Vendo a carência de apostilas voltadas para deficientes visuais, a Coordenação de Apoio às Pessoas com Deficiência do Decanato de Assuntos Comunitários (PPNE/DAC) implementou o projeto de adaptação de materiais acadêmicos para o braille na universidade. Para auxiliar na produção, foi formada uma equipe composta por seis bolsistas, dois voluntários e uma revisora de textos. O grupo adaptou partituras de canto e piano, material e gráficos de matrizes para regência, e textos teóricos das disciplinas que Carolina cursou no semestre passado. A coordenadora do PPNE, Thaís Imperatori, explica que essa iniciativa oferece maior autonomia para a estudante. “Ela pode ter uma liberdade para estudar em casa e acompanhar as aulas com o próprio material. Além de garantir o mesmo acesso de conteúdo independentemente da deficiência” pontua.
Para 2020, a proposta é ampliar o projeto, com a participação de 10 bolsistas. Ana Karoline Versiane, 21, é uma das voluntárias que adaptou o material para Carolina. “Foi uma experiência muito boa poder ajudar e conhecer as técnicas de musicografia em braille. Com certeza quero continuar este ano”, afirma. Ela é aluna de piano erudito na Escola de Música de Brasília e utilizou dos seus conhecimentos musicais para transcrever o conteúdo.
O grupo passou por um workshop de braille musical para realizar o trabalho de apoio. A revisora de textos em braille Carolina Pinheiro conta que o processo foi além da mera transcrição. “A partitura foi o começo. Tivemos que utilizar da nossa criatividade para adaptar o conteúdo de uma forma que atenda a necessidade da aluna. A cada transcrição, a gente imprimia e mostrava para a Carolina. Foi um trabalho em conjunto”, expõe.
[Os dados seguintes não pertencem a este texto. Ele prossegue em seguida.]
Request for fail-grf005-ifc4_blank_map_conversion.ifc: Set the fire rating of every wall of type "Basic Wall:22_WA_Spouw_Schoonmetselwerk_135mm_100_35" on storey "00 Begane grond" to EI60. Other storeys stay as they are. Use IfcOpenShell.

First a look at what the model holds.

```python
import ifcopenshell
import ifcopenshell.util.element

model = ifcopenshell.open("fail-grf005-ifc4_blank_map_conversion.ifc")
print(model.schema)
storey = next(s for s in model.by_type("IfcBuildingStorey") if s.Name == "00 Begane grond")
walls = [e for e in ifcopenshell.util.element.get_decomposition(storey) if e.is_a("IfcWall")]
seen = {}
for e in walls:
    element_type = ifcopenshell.util.element.get_type(e)
    key = (element_type.Name if element_type != e and element_type else None, ifcopenshell.util.element.get_pset(e, "Pset_WallCommon", "FireRating"))
    seen[key] = seen.get(key, 0) + 1
for (name, value), count in sorted(seen.items(), key=str):
    print(count, "x", name, "|", value)
```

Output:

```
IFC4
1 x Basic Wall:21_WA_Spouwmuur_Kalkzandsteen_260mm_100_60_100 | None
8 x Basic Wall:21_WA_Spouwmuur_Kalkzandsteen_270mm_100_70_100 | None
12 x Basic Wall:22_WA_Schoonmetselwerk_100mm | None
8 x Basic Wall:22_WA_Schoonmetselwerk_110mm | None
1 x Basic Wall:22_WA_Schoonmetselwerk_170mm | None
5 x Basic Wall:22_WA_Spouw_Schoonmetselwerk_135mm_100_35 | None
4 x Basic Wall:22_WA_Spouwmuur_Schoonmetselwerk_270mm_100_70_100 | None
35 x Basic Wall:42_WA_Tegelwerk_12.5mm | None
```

```python
import ifcopenshell
import ifcopenshell.api.pset
import ifcopenshell.util.element

model = ifcopenshell.open("fail-grf005-ifc4_blank_map_conversion.ifc")

storey = next(s for s in model.by_type("IfcBuildingStorey") if s.Name == "00 Begane grond")
walls = [e for e in ifcopenshell.util.element.get_decomposition(storey) if e.is_a("IfcWall")]

count = 0
for e in walls:
    element_type = ifcopenshell.util.element.get_type(e)
    if element_type in (None, e) or element_type.Name != "Basic Wall:22_WA_Spouw_Schoonmetselwerk_135mm_100_35":
        continue
    # add_pset returns the element's existing set when there is one.
    pset = ifcopenshell.api.pset.add_pset(model, product=e, name="Pset_WallCommon")
    ifcopenshell.api.pset.edit_pset(model, pset=pset, properties={"FireRating": "EI60"})
    count += 1

print(count, "walls updated")

model.write("fail-grf005-ifc4_blank_map_conversion_edited.ifc")
```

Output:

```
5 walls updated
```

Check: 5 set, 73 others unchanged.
Cada integrante ficou responsável por uma parte do conteúdo, tornando o processo mais dinâmico. Nas partes ilustrativas, o material contém imagens em alto-relevo para auxiliar a estudante na hora de entender o que está sendo passado na disciplina. Em outros momentos, o trabalho é descritivo, com o máximo de detalhes possíveis. Tudo é feito para melhor atender às necessidades da aluna. Para o projeto, foram utilizados softwares gratuitos desenvolvidos por universidades brasileiras: Braille Fácil, MusiBraille e Monet. A impressão do material é toda feita na instituição.
Independência
Carolina relata que faz muita diferença ter o material adaptado. “Consigo ter mais independência, sem precisar de uma outra pessoa para me auxiliar com os estudos”, diz a estudante, que sonha em ser professora de coral. Moradora de São Sebastião, ela se interessou pela música aos quatro anos de idade, quando teve seu primeiro contato com o piano. Aos 11, entrou para a Escola de Música de Brasília, onde iniciou os estudos para a sua formação. Em 2018, ingressou na UnB.Uma das maiores dificuldades enfrentadas pela estudante foi a falta de acessibilidade. “A estrutura arquitetônica não é muito acessível. Antes, eu vinha com a minha mãe para conseguir me auxiliar na mobilidade. Agora consigo vir sozinha”, conta.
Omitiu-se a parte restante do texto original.